Viral coat proteins or capsid proteins function in the transportation and protection of nucleic acids. It was shown half a century ago that infective virus particles of helical symmetry self-assemble upon mixing aqueous solutions of the coat protein and RNA (H. Fraenkel-Conrat, 1955). In most cases, this protective layer is due to the presence of multiple copies of a coat protein that self-assemble into what is typically rod or sphere-like shapes surrounding the nucleic acid. While many of the details surrounding the spontaneous self-assembly process remain obscure, recent data (see citations ‘Coat Protein References’) suggests that at least the protein-protein interactions and the nucleic acids characteristics dictate the structural outcome. In the case of Cowpea Chlorotic Mottle Virus (CCMV), evidence suggests that the diameter is controlled by nucleotide length. Researchers determined that a length of less than 3000 nt resulted in a ˜24-26 nm Coat Protein (CP) diameter, and that a length greater than 4,500 nt resulted in a ˜30 nm Coat Protein (CP) diameter when combined with a protein/RNA mass ratio of 6:1. While the use of CP in vitro and in vivo has been demonstrated to encapsulate nucleic acids, this RNA length to CP dependency is inefficient for long dsRNA uses and not possible for short RNAi triggers without pre-packaging (i.e., lipids).

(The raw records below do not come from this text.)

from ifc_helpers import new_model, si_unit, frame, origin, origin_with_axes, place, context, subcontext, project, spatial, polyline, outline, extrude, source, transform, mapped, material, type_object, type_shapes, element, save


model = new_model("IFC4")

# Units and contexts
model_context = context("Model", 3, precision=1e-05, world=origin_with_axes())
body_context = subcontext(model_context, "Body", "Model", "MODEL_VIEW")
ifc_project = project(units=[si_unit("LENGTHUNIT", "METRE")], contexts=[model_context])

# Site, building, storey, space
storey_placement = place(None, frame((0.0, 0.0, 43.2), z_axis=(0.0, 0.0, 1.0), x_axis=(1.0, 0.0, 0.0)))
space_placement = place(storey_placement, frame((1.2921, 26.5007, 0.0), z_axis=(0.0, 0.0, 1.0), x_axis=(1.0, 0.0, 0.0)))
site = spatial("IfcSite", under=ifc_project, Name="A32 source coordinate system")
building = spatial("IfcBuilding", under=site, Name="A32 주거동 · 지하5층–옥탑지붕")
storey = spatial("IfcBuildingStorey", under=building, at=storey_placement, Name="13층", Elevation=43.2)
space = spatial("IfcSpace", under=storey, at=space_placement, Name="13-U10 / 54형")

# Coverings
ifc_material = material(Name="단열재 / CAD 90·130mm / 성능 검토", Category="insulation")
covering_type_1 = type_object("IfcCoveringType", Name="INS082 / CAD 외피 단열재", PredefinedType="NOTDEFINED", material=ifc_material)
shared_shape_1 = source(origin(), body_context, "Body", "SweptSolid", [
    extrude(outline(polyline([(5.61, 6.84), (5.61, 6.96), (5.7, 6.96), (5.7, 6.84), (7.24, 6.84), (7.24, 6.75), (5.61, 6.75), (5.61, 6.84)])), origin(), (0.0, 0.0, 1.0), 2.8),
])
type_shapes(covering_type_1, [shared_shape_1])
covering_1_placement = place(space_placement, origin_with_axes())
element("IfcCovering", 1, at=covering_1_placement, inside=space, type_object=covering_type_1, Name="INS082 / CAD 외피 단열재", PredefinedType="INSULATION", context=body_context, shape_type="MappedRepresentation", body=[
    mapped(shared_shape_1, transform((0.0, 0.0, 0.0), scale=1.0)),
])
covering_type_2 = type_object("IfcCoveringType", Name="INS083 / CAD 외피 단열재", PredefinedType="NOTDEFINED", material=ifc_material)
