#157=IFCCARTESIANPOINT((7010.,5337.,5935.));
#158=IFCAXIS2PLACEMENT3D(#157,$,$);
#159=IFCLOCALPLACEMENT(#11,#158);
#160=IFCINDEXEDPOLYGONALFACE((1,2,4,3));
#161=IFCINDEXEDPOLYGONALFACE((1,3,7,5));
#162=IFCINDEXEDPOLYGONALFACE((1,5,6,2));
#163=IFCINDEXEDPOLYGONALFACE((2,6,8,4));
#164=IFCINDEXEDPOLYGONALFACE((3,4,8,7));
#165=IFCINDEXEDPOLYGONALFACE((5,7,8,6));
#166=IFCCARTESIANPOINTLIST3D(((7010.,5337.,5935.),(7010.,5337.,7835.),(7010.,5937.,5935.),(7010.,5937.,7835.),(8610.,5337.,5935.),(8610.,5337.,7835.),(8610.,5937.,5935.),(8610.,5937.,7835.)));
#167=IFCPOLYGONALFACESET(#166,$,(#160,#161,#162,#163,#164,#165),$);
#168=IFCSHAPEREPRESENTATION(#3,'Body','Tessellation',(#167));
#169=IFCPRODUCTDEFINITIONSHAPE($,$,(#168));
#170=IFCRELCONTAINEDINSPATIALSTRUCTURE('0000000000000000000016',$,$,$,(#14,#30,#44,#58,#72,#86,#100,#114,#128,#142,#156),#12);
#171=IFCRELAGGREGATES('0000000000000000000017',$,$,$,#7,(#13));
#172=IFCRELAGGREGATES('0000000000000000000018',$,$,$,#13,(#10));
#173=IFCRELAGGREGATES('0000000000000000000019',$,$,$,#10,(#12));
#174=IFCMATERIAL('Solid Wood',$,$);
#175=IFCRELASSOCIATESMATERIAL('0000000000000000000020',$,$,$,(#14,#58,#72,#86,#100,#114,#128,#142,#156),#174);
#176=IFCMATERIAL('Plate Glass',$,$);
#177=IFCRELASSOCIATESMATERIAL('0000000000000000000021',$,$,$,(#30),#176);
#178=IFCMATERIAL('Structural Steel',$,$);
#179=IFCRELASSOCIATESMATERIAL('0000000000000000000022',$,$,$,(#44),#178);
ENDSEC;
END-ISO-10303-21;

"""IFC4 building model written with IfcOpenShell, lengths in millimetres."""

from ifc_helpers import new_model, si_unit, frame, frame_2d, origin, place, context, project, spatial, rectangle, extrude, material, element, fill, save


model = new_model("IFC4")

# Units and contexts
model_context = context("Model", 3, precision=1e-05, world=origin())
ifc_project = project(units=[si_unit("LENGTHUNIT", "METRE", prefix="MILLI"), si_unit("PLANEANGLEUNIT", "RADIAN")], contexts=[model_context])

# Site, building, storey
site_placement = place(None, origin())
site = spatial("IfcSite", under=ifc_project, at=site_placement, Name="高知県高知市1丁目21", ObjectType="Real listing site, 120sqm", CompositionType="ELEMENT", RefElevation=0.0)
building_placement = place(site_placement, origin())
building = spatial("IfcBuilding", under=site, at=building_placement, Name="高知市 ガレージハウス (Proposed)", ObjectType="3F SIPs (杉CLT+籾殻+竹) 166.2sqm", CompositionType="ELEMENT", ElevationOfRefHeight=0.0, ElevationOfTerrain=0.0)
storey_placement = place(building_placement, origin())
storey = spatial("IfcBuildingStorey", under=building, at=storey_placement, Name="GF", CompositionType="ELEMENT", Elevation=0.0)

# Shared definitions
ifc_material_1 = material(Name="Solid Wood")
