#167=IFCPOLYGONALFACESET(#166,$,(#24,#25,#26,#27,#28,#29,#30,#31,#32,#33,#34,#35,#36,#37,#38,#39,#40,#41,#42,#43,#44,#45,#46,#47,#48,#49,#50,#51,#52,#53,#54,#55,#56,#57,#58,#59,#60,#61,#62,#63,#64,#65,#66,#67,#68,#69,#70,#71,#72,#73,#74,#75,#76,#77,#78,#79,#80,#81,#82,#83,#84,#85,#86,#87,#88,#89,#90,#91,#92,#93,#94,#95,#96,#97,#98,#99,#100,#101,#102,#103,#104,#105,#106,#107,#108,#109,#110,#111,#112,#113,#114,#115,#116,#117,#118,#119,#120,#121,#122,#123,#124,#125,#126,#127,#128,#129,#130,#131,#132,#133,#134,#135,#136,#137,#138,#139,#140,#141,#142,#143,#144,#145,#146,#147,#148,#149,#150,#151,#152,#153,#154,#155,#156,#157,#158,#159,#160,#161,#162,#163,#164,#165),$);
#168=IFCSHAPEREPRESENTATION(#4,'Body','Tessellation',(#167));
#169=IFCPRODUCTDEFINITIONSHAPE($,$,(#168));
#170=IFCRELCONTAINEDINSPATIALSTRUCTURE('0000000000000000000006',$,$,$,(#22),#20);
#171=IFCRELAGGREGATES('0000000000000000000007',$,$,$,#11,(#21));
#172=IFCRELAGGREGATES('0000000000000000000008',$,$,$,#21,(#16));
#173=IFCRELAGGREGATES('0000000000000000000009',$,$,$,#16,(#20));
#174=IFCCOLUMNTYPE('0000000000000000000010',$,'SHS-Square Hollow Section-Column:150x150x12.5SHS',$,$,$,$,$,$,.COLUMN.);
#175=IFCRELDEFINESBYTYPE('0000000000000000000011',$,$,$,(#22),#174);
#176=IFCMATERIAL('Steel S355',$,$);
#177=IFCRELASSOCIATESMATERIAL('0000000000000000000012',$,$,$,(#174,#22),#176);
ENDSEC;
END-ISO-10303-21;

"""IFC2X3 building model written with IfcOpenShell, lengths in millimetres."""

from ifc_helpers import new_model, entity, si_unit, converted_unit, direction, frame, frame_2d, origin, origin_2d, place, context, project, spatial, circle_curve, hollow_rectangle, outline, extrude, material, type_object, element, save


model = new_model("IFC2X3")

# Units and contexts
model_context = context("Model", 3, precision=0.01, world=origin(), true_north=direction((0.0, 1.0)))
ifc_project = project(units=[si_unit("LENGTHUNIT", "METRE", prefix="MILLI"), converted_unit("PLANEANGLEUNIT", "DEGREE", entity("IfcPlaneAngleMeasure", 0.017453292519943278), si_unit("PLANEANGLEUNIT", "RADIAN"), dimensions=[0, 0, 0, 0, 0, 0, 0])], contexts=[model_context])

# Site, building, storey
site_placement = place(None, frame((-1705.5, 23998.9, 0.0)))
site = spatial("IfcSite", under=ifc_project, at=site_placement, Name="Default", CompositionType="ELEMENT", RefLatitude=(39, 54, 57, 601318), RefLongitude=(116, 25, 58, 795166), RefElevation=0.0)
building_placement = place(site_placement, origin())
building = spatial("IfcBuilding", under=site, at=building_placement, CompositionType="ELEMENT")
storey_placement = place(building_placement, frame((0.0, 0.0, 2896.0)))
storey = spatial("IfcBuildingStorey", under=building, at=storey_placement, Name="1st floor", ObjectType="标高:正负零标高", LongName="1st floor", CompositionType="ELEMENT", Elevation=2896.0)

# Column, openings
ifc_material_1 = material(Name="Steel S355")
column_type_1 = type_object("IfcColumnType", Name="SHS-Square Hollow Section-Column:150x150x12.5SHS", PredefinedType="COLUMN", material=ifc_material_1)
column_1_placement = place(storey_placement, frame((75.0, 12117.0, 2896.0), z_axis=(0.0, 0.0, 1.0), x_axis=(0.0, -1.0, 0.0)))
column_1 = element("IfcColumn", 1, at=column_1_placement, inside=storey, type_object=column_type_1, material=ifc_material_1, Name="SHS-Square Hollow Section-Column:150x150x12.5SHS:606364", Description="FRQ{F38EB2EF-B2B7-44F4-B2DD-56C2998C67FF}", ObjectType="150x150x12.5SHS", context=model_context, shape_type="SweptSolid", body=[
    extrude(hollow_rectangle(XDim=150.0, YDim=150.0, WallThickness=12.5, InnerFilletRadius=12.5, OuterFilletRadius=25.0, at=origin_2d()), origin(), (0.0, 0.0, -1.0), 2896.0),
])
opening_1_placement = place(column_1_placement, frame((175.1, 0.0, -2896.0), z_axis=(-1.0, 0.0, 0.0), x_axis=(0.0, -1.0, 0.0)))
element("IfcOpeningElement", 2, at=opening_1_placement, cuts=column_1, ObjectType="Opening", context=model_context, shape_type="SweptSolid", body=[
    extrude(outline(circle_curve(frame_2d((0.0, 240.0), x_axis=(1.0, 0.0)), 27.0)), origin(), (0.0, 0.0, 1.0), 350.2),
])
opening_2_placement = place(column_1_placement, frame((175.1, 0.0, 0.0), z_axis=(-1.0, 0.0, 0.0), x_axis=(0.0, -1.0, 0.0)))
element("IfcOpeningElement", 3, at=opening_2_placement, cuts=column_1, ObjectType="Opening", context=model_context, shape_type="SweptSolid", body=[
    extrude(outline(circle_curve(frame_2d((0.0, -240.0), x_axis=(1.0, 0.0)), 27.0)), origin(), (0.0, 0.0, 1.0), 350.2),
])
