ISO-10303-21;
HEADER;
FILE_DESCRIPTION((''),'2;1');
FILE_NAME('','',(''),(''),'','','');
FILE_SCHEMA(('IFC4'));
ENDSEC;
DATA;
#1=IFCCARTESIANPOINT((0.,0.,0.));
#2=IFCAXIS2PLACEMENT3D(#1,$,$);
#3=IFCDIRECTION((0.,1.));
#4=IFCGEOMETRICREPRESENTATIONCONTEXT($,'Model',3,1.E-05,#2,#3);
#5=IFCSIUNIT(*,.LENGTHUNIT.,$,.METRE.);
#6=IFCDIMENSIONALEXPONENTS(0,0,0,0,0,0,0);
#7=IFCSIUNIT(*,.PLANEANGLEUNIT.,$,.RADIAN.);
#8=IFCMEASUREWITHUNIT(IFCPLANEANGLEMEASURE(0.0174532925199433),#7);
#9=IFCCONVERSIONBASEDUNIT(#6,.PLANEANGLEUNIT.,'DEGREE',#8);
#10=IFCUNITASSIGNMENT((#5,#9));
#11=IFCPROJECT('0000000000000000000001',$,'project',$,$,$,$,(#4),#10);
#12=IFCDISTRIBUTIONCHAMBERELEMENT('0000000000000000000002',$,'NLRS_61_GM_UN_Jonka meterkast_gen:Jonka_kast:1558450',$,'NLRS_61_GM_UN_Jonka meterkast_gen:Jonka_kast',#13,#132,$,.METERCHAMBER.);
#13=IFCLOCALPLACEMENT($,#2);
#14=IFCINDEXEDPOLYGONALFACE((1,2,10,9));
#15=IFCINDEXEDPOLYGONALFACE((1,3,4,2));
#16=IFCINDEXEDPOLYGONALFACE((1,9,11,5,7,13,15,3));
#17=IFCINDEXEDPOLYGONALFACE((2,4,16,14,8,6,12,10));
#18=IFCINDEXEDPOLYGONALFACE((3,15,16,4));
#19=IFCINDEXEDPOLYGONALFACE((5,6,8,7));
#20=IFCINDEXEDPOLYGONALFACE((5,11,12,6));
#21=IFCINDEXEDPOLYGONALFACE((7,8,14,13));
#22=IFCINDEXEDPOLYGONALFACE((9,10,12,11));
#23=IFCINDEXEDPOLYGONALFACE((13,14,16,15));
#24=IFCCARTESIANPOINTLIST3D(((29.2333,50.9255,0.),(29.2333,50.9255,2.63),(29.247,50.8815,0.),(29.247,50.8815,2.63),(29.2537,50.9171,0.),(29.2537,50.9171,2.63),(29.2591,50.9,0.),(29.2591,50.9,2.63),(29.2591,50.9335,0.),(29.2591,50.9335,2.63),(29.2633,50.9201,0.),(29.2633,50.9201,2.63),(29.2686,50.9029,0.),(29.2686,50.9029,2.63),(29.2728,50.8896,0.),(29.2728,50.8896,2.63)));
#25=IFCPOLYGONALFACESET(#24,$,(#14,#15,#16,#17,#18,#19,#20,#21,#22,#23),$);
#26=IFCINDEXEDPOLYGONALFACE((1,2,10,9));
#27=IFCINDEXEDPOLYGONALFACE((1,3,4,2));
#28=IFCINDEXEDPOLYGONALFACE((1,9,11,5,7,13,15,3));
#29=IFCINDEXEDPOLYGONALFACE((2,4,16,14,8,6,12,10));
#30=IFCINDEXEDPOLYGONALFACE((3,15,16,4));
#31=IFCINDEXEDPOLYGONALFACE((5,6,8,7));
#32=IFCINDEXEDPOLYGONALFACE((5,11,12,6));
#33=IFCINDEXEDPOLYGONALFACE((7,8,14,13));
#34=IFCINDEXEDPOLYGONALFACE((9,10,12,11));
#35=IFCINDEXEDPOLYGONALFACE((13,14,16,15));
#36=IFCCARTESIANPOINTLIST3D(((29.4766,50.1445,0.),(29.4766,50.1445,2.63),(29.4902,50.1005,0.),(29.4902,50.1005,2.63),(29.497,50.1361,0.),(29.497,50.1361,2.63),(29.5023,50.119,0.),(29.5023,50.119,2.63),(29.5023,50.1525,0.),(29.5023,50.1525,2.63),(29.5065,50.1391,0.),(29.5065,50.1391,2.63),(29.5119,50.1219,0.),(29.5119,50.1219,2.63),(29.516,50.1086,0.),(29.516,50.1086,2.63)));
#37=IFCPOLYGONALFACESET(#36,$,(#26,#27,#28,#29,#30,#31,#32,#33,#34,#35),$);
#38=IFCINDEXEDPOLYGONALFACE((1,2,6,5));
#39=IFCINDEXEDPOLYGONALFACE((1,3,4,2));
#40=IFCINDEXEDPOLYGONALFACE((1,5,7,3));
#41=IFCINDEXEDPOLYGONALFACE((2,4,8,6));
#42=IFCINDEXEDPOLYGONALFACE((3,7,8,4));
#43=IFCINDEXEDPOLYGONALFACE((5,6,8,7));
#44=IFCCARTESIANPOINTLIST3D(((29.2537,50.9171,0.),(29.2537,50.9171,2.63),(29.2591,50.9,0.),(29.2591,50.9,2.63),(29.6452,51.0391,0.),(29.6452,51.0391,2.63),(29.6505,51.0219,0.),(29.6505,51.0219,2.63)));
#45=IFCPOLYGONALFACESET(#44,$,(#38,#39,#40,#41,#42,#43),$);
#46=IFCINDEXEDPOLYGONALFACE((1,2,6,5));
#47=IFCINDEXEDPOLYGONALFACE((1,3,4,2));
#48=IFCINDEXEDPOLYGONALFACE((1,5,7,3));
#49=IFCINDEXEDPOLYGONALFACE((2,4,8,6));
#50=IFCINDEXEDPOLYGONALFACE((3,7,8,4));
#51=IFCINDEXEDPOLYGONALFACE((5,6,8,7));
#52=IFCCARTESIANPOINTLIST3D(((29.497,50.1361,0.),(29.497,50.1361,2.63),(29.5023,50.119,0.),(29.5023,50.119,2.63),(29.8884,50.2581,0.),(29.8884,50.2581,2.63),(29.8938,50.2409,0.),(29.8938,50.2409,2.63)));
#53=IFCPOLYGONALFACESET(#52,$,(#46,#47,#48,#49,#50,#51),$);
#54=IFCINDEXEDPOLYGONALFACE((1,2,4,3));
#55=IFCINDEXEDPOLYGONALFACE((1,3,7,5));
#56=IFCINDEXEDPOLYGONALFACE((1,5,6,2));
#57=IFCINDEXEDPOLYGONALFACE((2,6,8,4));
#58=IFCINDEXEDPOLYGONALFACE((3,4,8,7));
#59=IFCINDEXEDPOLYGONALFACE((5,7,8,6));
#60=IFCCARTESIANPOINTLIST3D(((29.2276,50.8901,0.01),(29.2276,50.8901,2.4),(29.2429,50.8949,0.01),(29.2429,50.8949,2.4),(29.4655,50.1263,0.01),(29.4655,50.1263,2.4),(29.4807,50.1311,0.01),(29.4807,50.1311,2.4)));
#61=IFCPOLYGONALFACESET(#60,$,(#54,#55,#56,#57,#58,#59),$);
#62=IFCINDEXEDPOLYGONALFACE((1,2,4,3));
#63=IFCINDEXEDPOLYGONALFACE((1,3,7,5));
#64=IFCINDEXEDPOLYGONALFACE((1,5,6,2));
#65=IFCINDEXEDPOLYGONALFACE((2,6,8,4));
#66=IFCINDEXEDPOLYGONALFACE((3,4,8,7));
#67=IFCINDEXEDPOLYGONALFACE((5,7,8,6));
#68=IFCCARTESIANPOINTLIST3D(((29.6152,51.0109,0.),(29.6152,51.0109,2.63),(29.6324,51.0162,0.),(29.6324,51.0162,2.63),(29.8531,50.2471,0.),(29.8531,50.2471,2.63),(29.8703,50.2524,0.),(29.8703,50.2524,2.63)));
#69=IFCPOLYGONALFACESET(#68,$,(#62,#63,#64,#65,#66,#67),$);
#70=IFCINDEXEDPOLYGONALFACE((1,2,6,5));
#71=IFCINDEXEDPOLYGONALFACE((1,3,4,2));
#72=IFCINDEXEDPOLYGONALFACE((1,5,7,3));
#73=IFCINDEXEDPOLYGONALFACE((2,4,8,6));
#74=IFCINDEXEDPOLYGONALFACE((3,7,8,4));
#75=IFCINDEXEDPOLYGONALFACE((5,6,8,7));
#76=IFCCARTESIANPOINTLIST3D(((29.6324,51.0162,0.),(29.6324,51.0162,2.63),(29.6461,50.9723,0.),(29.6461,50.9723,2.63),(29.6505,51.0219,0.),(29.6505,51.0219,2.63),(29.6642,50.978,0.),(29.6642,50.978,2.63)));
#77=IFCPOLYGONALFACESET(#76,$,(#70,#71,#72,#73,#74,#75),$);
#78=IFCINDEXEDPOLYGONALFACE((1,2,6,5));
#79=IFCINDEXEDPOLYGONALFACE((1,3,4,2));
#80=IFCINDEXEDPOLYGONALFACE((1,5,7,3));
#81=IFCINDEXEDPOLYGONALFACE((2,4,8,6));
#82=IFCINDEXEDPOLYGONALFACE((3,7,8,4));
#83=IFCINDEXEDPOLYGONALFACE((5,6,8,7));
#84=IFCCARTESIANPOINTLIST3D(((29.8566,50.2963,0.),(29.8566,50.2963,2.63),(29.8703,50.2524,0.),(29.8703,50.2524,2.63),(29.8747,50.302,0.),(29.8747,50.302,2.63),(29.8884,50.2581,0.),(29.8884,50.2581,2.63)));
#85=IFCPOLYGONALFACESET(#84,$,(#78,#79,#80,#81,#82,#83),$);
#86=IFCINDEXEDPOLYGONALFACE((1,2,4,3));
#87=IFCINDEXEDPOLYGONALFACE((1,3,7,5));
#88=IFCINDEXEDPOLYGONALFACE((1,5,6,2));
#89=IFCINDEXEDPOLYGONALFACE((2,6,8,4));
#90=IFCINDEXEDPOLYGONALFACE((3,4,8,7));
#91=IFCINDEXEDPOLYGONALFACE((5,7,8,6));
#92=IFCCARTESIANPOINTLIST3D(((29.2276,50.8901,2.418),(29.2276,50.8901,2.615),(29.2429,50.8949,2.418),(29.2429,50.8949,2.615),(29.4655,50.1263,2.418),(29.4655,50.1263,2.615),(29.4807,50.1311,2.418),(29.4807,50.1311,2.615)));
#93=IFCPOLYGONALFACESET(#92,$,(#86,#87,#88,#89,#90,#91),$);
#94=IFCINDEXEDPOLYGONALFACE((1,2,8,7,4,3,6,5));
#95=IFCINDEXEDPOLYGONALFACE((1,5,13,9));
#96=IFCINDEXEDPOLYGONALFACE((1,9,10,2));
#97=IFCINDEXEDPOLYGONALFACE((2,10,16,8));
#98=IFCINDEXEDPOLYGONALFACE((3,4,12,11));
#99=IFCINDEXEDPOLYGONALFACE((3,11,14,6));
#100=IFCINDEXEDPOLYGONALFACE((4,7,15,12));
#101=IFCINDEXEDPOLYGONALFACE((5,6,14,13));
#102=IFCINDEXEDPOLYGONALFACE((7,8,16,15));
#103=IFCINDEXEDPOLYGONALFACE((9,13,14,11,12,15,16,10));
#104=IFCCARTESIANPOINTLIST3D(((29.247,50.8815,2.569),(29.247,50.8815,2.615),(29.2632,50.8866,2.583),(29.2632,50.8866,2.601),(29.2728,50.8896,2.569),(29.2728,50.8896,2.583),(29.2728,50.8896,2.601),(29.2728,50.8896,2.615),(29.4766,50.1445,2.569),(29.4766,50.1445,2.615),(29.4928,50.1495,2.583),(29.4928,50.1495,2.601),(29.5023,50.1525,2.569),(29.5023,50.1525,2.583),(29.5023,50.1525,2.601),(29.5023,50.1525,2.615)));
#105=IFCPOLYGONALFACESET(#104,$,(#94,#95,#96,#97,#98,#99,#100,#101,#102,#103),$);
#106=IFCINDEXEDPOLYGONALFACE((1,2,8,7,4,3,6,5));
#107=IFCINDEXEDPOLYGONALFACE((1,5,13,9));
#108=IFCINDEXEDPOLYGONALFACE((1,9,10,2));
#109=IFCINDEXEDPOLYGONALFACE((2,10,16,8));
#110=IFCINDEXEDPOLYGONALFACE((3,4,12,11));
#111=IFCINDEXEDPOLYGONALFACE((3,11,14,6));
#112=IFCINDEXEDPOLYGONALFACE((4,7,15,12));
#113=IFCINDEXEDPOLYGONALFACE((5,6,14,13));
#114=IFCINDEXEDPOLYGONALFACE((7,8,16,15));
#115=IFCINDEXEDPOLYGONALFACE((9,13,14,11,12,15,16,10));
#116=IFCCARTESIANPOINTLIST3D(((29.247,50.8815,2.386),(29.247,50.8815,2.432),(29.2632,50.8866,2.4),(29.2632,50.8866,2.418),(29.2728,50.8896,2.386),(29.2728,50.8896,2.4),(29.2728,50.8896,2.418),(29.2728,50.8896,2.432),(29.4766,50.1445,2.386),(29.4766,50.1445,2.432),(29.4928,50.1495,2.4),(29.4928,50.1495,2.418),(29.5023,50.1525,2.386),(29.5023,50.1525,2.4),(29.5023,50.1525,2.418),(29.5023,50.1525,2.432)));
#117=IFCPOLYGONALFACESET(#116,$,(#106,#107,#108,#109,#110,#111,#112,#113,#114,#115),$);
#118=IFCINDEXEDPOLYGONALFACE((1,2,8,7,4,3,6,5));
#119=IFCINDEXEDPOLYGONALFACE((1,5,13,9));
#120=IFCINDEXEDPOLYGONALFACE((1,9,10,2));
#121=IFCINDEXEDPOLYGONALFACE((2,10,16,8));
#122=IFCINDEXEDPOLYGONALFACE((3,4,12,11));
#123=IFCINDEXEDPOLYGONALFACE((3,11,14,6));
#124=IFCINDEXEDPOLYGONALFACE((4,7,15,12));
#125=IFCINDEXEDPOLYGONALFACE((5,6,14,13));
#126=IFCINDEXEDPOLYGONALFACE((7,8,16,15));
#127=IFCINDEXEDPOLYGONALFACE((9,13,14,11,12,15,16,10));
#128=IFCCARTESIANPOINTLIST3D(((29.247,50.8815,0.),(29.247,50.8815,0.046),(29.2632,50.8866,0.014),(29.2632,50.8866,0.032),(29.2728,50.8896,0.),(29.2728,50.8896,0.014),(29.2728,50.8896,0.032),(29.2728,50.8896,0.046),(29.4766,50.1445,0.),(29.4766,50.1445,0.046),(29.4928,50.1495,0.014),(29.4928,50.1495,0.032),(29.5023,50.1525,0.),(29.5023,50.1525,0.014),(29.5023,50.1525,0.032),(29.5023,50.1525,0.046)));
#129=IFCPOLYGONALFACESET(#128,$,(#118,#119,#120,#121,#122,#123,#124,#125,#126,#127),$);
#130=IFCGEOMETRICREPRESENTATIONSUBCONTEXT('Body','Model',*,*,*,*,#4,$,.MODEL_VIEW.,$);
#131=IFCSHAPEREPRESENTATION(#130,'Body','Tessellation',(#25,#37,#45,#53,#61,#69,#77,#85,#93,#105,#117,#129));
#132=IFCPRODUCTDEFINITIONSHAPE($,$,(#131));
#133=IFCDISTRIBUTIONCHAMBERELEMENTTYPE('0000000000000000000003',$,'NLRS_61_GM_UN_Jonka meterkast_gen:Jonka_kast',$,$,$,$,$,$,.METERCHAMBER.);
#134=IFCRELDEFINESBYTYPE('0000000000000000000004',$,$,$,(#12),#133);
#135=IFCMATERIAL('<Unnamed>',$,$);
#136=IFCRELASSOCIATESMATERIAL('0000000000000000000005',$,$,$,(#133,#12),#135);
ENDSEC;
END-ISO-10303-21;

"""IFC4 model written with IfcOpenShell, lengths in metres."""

from ifc_helpers import new_model, entity, si_unit, converted_unit, direction, frame, origin, place, context, subcontext, project, indexed_curve, outline, extrude, source, transform, mapped, material, type_object, type_shapes, element, save


model = new_model("IFC4")

# Units and contexts
model_context = context("Model", 3, precision=1e-05, world=origin(), true_north=direction((0.0, 1.0)))
body_context = subcontext(model_context, "Body", "Model", "MODEL_VIEW")
ifc_project = project(units=[si_unit("LENGTHUNIT", "METRE"), converted_unit("PLANEANGLEUNIT", "DEGREE", entity("IfcPlaneAngleMeasure", 0.0174532925199433), si_unit("PLANEANGLEUNIT", "RADIAN"), dimensions=[0, 0, 0, 0, 0, 0, 0])], contexts=[model_context])

# Distribution chamber element
ifc_material = material(Name="<Unnamed>")
distribution_chamber_element_type = type_object("IfcDistributionChamberElementType", Name="NLRS_61_GM_UN_Jonka meterkast_gen:Jonka_kast", PredefinedType="METERCHAMBER", material=ifc_material)
shared_shape_1 = source(origin(), body_context, "Body", "SweptSolid", [
    extrude(outline(indexed_curve([(-0.0093, -0.023), (0.0178, -0.023), (0.0178, 0.023), (-0.0093, 0.023), (-0.0093, 0.009), (0.0007, 0.009), (0.0007, -0.009), (-0.0093, -0.009), (-0.0093, -0.023)], self_intersect=False)), frame((-0.409, -0.4092, 0.0), z_axis=(0.0, 0.0, 1.0), x_axis=(0.0, -1.0, 0.0)), (0.0, 0.0, 1.0), 2.63),
    extrude(outline(indexed_curve([(-0.0093, -0.023), (0.0178, -0.023), (0.0178, 0.023), (-0.0093, 0.023), (-0.0093, 0.009), (0.0007, 0.009), (0.0007, -0.009), (-0.0093, -0.009), (-0.0093, -0.023)], self_intersect=False)), frame((0.409, -0.4092, 0.0), z_axis=(0.0, 0.0, 1.0), x_axis=(0.0, -1.0, 0.0)), (0.0, 0.0, 1.0), 2.63),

There remains a need for methods and compositions that allow for self-forming polynucleotide nanoparticles for gene modulation with programmable diameters, nuclease stability, molarity, cell-specificity, uptake, and reliable nuclease biogenesis of the active trigger—that is useful for both transgenic and exogenic uses. The present invention addresses this need, and can be applied in humans, animals, plants, insects, and fungi.